Today is Fathers Day and I forgot all about it until this morning. God my Dad was just here yesterday and I didn't even mention it. So, I am burning him some CDs and sending them in the mail. We had graduation party for Dan yesterday. Thats why my Dad was here. He came out for lunch along with some friends and family. A bunch of Dan's friends showed up too so it was a full house . I think everyone had a good time. We had alot of food and cake left over which I can't seem to stay away from. I am totally PMSing so I can't stop eating for the next four days or I will literally go up in flames. I get quite the appetite around this time of month. It doesn't help that there was a full moon on Friday so I felt extra wacky from that too. Oh well, I gotta be me. Not much to report, just writing to keep it up and get some stuff out of my brain. We actually got some chores done around here today. One of our poor dogs had lice and we didn't know it cause she needed a hair cut pretty bad . I spent my morning dealing with that and then the subsequent clean up. That was the better part of two hours. Then we cleaned a little and moved some furniture around. I did get a two hour nap in around three which was heavenly. I rarely take a nap as I think sleeping in the day time is wasting what little free time I have but it felt good! I think I can manage to make it through another Monday if I don't stay up too late. So now I am just finishing with burning these CD's. I hope to get a couple more loads of laundry done so I have some clothes to wear tomorrow. More exciting adventures on the next episode of Wiiittcchh innnn theeee Ciiiiitttttyyyyyy.........................

Thursday, June 14, 2007

Things I think about on the john

I think about shoes on the john. I like to look at them in magazines while I'm sitting there. I think about where I can come up with some cash to buy them. I think about all the outfits they might go with and where I will wear them. I think about how much they'll hurt my feet, the blisters that will rise. I think about how I will be secretly happy inside when someone says they like them. I think about what I'm going to pack in my lunch and how I need to send the mortgage payment in. I think about the 10.00 late fee I'm going to have to pay for doing it over the phone. I'll think about how I'm not going to let that happen again. I'll think about how it will. I think about the girls I work with and wonder if someone will have a cuter outfit than me. I think about my friend Jennie who sports this gorgeous red hair. I think about my cats and why they insist on drinking out of the bathtub faucet when there is a bowl on the floor next to the tub. I think about whether my 18 yr. old son made it home last night and whether I should go check on him or not. Does this make me totally nuerotic? Yes for sure. This is how fast my thoughts run most of the time. Its very hard for me to shut down the voices in my head, but I'm learning which ones to tune out. That is what being a witch is about. Sorting through the shouting to the quiet one in the center who makes perfect sense . That voice is God whatever form he/she takes. This is what I think about on the john.

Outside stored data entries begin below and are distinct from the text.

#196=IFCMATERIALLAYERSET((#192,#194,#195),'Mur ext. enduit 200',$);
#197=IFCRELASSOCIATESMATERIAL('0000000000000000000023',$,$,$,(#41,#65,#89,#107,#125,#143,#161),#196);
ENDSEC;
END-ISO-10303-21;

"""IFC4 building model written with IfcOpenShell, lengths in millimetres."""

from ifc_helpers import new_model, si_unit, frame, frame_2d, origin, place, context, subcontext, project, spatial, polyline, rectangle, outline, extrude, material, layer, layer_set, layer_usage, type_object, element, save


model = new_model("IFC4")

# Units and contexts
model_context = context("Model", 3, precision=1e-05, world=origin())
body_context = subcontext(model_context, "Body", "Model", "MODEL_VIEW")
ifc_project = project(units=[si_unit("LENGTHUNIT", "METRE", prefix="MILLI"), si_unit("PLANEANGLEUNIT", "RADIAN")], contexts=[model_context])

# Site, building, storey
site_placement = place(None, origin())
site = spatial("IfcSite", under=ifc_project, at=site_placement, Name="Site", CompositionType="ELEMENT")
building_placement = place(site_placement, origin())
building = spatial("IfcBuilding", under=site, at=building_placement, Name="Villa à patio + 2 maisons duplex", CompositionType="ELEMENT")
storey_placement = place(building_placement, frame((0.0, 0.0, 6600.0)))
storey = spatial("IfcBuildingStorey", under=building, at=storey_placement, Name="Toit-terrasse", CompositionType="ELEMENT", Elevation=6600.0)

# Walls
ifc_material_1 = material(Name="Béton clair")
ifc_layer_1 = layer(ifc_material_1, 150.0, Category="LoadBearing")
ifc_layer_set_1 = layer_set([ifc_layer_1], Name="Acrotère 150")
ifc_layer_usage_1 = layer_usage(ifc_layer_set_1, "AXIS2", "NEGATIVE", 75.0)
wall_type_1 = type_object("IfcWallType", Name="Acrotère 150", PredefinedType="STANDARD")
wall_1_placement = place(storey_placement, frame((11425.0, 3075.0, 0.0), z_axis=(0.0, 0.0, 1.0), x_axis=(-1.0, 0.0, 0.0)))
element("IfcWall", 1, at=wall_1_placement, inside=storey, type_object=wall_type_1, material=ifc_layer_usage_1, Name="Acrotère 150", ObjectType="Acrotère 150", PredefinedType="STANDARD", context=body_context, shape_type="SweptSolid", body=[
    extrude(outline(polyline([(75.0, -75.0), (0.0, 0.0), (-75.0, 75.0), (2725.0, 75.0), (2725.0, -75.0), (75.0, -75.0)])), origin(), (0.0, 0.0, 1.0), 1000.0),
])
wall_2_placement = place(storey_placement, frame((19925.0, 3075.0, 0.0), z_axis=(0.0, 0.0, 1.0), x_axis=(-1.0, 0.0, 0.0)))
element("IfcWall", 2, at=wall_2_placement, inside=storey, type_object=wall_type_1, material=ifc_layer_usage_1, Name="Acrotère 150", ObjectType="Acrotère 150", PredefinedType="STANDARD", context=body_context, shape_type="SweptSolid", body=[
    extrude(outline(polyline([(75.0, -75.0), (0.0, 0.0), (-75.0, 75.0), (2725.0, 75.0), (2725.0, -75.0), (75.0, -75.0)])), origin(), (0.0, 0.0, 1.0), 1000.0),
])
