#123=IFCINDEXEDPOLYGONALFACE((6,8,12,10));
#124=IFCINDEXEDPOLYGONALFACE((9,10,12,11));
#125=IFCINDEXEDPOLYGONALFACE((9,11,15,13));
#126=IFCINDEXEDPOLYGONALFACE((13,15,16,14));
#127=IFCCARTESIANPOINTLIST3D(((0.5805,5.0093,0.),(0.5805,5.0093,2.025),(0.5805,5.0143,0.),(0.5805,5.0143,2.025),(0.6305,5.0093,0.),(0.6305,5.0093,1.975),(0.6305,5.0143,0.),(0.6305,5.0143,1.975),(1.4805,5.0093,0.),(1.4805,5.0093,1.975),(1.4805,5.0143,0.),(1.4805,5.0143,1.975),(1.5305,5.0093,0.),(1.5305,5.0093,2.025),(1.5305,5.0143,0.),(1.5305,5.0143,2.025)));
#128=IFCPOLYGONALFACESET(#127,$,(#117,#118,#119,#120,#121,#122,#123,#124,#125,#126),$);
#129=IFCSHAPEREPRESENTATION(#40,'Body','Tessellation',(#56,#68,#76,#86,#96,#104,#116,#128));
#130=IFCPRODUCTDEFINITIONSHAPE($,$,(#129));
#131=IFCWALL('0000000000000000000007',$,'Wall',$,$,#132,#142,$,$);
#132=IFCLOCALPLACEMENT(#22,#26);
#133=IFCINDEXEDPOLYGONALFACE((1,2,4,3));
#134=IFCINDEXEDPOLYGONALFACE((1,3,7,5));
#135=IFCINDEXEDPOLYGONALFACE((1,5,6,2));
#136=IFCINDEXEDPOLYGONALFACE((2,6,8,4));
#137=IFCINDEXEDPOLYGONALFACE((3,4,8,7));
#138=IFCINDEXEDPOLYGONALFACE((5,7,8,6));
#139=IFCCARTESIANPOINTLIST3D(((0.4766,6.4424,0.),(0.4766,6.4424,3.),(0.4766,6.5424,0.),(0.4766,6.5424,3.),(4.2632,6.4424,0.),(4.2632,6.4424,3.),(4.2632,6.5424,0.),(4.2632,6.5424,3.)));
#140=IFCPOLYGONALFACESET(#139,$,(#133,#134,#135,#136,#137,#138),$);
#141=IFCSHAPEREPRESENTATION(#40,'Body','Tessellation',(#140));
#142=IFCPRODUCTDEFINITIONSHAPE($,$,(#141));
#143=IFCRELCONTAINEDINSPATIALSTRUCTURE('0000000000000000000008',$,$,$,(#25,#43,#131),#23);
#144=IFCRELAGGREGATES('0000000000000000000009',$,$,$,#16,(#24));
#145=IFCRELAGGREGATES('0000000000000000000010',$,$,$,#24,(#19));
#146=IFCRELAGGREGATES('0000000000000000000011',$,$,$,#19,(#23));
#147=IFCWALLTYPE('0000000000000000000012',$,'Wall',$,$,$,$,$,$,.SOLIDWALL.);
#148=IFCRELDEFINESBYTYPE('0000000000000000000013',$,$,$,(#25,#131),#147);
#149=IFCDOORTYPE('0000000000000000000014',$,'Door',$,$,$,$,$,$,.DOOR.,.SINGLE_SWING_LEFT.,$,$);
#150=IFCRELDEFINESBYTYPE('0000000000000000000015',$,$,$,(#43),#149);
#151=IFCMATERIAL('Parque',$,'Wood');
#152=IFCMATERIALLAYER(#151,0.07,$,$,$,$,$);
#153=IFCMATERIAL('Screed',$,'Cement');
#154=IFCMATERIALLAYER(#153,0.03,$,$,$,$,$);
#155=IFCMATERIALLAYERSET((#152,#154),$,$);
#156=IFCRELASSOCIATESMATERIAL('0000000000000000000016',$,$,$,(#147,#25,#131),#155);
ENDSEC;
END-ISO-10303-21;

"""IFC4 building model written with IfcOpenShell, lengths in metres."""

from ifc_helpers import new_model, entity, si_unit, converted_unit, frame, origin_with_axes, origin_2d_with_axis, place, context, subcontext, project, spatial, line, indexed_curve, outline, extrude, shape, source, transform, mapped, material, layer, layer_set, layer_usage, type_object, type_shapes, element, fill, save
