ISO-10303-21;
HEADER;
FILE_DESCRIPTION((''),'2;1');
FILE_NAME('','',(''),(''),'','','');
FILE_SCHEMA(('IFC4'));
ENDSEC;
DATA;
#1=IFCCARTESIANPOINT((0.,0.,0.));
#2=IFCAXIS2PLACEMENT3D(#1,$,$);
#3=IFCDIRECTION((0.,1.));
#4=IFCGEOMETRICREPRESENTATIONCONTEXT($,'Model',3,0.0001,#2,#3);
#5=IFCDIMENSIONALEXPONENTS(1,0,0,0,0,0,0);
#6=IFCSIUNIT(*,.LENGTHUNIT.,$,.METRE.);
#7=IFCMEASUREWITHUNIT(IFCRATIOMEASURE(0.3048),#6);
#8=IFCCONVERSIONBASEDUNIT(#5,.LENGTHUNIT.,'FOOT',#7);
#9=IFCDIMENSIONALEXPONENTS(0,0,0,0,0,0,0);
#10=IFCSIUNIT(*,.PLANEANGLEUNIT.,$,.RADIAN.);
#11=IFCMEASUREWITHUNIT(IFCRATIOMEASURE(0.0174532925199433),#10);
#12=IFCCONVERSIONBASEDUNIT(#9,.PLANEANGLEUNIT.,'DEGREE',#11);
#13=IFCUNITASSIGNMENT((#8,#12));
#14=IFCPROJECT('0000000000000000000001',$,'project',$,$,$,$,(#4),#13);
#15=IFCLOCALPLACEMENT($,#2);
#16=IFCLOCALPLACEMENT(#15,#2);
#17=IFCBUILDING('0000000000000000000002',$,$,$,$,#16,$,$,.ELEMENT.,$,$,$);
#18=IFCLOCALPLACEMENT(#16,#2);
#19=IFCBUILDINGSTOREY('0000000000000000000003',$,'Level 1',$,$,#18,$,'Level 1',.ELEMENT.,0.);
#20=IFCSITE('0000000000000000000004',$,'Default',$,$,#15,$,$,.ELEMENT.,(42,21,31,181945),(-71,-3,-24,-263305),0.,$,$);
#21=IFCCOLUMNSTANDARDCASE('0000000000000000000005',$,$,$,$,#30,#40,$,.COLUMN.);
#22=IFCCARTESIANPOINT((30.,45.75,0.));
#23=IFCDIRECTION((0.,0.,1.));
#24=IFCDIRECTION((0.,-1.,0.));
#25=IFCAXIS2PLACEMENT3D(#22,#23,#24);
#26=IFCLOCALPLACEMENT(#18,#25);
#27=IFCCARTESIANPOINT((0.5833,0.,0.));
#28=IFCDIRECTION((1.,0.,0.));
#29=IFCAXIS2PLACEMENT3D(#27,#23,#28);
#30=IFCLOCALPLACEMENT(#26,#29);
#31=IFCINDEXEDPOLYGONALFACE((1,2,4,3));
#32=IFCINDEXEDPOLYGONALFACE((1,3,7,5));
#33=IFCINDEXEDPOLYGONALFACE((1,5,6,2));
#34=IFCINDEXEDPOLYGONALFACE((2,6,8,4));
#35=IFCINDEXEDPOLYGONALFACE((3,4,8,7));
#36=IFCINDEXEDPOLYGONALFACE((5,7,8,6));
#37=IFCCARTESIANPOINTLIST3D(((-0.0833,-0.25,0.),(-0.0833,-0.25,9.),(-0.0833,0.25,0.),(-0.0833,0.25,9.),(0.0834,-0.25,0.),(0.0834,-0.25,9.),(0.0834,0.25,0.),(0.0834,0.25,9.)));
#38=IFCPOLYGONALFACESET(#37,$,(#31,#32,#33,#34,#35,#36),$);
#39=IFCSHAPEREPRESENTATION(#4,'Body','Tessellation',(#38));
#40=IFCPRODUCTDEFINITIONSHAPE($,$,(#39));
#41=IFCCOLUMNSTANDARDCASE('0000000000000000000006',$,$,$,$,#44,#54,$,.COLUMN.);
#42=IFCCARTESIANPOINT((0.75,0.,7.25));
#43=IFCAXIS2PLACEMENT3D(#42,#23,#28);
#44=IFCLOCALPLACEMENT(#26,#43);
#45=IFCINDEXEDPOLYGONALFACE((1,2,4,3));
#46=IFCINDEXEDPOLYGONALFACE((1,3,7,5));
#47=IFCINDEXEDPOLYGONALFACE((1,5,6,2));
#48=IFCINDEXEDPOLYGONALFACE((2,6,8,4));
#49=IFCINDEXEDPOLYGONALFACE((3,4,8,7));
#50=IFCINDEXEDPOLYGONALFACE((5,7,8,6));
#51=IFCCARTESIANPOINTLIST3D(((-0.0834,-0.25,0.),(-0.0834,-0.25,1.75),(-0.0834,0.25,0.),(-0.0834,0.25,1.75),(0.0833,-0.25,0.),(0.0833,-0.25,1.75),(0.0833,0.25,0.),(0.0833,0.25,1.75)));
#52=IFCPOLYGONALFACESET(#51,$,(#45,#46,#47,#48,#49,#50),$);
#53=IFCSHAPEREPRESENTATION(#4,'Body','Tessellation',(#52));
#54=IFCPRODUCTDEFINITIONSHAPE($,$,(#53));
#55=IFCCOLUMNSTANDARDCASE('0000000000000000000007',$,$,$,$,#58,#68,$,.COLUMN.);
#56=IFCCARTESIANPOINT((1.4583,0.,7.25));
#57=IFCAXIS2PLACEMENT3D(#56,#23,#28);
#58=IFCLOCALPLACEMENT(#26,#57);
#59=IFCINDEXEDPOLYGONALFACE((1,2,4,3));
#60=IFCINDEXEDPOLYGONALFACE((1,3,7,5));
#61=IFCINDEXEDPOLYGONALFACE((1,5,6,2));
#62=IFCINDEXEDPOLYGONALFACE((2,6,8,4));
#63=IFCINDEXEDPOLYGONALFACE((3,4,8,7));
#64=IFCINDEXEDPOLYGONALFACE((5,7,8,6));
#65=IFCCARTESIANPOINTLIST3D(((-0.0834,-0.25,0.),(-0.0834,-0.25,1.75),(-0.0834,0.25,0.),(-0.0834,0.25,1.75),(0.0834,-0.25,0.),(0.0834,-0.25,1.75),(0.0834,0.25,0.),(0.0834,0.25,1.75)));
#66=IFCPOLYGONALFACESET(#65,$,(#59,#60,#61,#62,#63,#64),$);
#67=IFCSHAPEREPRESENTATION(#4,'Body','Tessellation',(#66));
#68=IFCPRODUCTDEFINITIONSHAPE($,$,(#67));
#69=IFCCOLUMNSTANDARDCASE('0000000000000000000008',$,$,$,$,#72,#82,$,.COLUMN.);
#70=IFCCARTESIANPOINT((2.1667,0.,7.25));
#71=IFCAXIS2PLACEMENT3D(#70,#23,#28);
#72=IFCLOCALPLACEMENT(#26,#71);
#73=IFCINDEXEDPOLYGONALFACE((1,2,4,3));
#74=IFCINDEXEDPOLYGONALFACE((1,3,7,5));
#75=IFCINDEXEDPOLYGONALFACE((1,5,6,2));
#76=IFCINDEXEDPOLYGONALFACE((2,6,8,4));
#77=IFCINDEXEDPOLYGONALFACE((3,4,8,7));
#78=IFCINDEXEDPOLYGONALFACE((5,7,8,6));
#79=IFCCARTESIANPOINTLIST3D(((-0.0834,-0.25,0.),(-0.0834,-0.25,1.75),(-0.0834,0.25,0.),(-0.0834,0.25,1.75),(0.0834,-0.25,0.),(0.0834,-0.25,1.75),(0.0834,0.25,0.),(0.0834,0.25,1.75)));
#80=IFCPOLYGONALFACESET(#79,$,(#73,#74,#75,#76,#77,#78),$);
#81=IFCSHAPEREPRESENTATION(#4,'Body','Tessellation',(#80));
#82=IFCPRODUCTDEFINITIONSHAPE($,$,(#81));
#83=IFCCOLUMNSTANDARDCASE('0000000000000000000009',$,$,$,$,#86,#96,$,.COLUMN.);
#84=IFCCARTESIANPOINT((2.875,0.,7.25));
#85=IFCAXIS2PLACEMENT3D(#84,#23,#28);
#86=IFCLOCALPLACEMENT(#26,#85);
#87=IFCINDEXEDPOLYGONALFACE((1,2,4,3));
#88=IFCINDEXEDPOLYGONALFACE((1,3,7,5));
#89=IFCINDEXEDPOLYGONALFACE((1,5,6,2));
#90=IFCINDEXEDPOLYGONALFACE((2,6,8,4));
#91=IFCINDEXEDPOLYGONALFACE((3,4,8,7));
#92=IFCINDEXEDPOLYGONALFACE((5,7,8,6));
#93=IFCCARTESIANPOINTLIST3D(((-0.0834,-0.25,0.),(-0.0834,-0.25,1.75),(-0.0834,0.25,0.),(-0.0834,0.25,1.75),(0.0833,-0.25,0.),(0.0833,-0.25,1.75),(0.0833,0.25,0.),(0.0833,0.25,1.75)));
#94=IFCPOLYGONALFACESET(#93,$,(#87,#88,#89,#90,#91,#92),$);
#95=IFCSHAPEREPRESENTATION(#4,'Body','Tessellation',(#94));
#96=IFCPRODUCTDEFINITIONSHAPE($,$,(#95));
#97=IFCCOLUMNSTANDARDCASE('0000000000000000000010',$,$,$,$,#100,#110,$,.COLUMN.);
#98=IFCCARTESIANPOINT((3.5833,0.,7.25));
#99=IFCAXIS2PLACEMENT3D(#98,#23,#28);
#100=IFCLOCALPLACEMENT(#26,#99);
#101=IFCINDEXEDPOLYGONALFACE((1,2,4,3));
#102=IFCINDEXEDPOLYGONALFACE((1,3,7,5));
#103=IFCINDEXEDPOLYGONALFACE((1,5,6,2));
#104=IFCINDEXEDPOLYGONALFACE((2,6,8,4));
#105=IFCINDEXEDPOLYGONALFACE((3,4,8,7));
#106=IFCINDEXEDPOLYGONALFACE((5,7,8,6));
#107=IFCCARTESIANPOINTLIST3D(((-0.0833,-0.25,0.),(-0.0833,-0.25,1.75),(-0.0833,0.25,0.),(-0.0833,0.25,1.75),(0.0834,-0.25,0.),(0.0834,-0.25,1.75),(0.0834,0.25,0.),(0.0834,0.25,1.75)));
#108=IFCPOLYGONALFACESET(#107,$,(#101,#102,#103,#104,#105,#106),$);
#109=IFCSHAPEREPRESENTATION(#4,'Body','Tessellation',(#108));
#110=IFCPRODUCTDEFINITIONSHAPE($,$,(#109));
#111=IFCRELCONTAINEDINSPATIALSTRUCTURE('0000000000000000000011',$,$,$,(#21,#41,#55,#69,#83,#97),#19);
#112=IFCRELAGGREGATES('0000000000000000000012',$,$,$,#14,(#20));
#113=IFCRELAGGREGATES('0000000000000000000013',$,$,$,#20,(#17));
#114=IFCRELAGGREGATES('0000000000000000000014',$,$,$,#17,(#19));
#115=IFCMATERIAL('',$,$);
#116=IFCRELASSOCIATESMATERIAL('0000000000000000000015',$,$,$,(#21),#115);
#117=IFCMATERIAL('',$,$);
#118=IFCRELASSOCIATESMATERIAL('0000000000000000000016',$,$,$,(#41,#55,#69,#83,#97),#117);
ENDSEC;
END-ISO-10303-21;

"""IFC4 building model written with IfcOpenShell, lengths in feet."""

from ifc_helpers import new_model, entity, si_unit, converted_unit, direction, frame, origin, place, context, project, spatial, rectangle, extrude, material, element, save


model = new_model("IFC4")

# Units and contexts
model_context = context("Model", 3, precision=0.0001, world=origin(), true_north=direction((0.0, 1.0)))
ifc_project = project(units=[converted_unit("LENGTHUNIT", "FOOT", entity("IfcRatioMeasure", 0.3048), si_unit("LENGTHUNIT", "METRE"), dimensions=[1, 0, 0, 0, 0, 0, 0]), converted_unit("PLANEANGLEUNIT", "DEGREE", entity("IfcRatioMeasure", 0.0174532925199433), si_unit("PLANEANGLEUNIT", "RADIAN"), dimensions=[0, 0, 0, 0, 0, 0, 0])], contexts=[model_context])

# Site, building, storey
site_placement = place(None, origin())
site = spatial("IfcSite", under=ifc_project, at=site_placement, Name="Default", CompositionType="ELEMENT", RefLatitude=(42, 21, 31, 181945), RefLongitude=(-71, -3, -24, -263305), RefElevation=0.0)
building_placement = place(site_placement, origin())
building = spatial("IfcBuilding", under=site, at=building_placement, CompositionType="ELEMENT")
storey_placement = place(building_placement, origin())
storey = spatial("IfcBuildingStorey", under=building, at=storey_placement, Name="Level 1", LongName="Level 1", CompositionType="ELEMENT", Elevation=0.0)

# Columns
ifc_material_1 = material(Name="")
ifc_material_2 = material(Name="")
wall_placement = place(storey_placement, frame((30.0, 45.75, 0.0), z_axis=(0.0, 0.0, 1.0), x_axis=(0.0, -1.0, 0.0)))
for number, where, z_axis, x_axis in (
    (1, (0.5833, 0.0, 0.0), (0.0, 0.0, 1.0), (1.0, 0.0, 0.0)),
):
    element("IfcColumnStandardCase", number, at=place(wall_placement, frame(where, z_axis=z_axis, x_axis=x_axis)), inside=storey, material=ifc_material_2, PredefinedType="COLUMN", context=model_context, shape_type="SweptSolid", body=[
        extrude(rectangle(XDim=0.1667, YDim=0.5), origin(), (0.0, 0.0, 1.0), 9.0),
    ])
for number, where, z_axis, x_axis in (
    (2, (0.75, 0.0, 7.25), (0.0, 0.0, 1.0), (1.0, 0.0, 0.0)),
    (3, (1.4583, 0.0, 7.25), (0.0, 0.0, 1.0), (1.0, 0.0, 0.0)),
    (4, (2.1667, 0.0, 7.25), (0.0, 0.0, 1.0), (1.0, 0.0, 0.0)),
    (5, (2.875, 0.0, 7.25), (0.0, 0.0, 1.0), (1.0, 0.0, 0.0)),
    (6, (3.5833, 0.0, 7.25), (0.0, 0.0, 1.0), (1.0, 0.0, 0.0)),
):
    element("IfcColumnStandardCase", number, at=place(wall_placement, frame(where, z_axis=z_axis, x_axis=x_axis)), inside=storey, material=ifc_material_1, PredefinedType="COLUMN", context=model_context, shape_type="SweptSolid", body=[
        extrude(rectangle(XDim=0.1667, YDim=0.5), origin(), (0.0, 0.0, 1.0), 1.75),
    ])

save(model, "model.ifc")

Thursday morning wake up call

This is my friend Jennie's son Skyler who is a total doll as you can tell from this picture.


Just wanted to jot down a couple things before I run off to work. I've spent my morning so far writing up bills for customers and balancing the checking acct. Fun stuff. I got my desk at work finally yesterday. That was fabulous. I know it sounds silly, but I have been working in very small space for about three months now. We are done with training for the most part so they assigned us our spots after a very long wait. I like where I sit, its near the windows. I will probably freeze during the winter. I will have to bring a blanket in. Work is going well otherwise. I'm getting the hang of it and learning where to look for stuff. It takes time, but I think in a few more months I will feel very strong about it.

I just read this great book called Girlbomb by JaniceErlbaum. Its about a young girl growing up in New York City during the 80's. She runsaway from home to live in a shelter because her stepdad is very abusive. The story chronicles her time there and what follows after until she's about 19yrs old. Very interesting story full of sex, drugs and rock and roll. She's not a particularly nice girl but seems to get it together in the end. I love stories like this that are so real to life. I mean most people don't just go to high school, attend prom and go off to college unscaythed. If you do, you're pretty lucky. Anyway, its definately worth the read.
Kipp is having some trouble again with his depression. It seems to be taking over alot lately. He had a better day yesterday but for the past couple weeks he's been low down. I finally had to say something cause it was driving me crazy. I want him to seek some counseling of some sort with a professional who knows how to manage depression better than a family doctor would. He said he would so I will wait and see. It feels like his illness is taking over our life right now. I have had to distance myself from it somewhat so that I don't get sucked in. Been trying to spend a little more time on my own doing the things I like to do. Usually I get caught up in holding his hand trying to comfort him or make a difference. I've kind of decided thats an enabling behavior on my part and I need to stop doing it. So, there it is once again.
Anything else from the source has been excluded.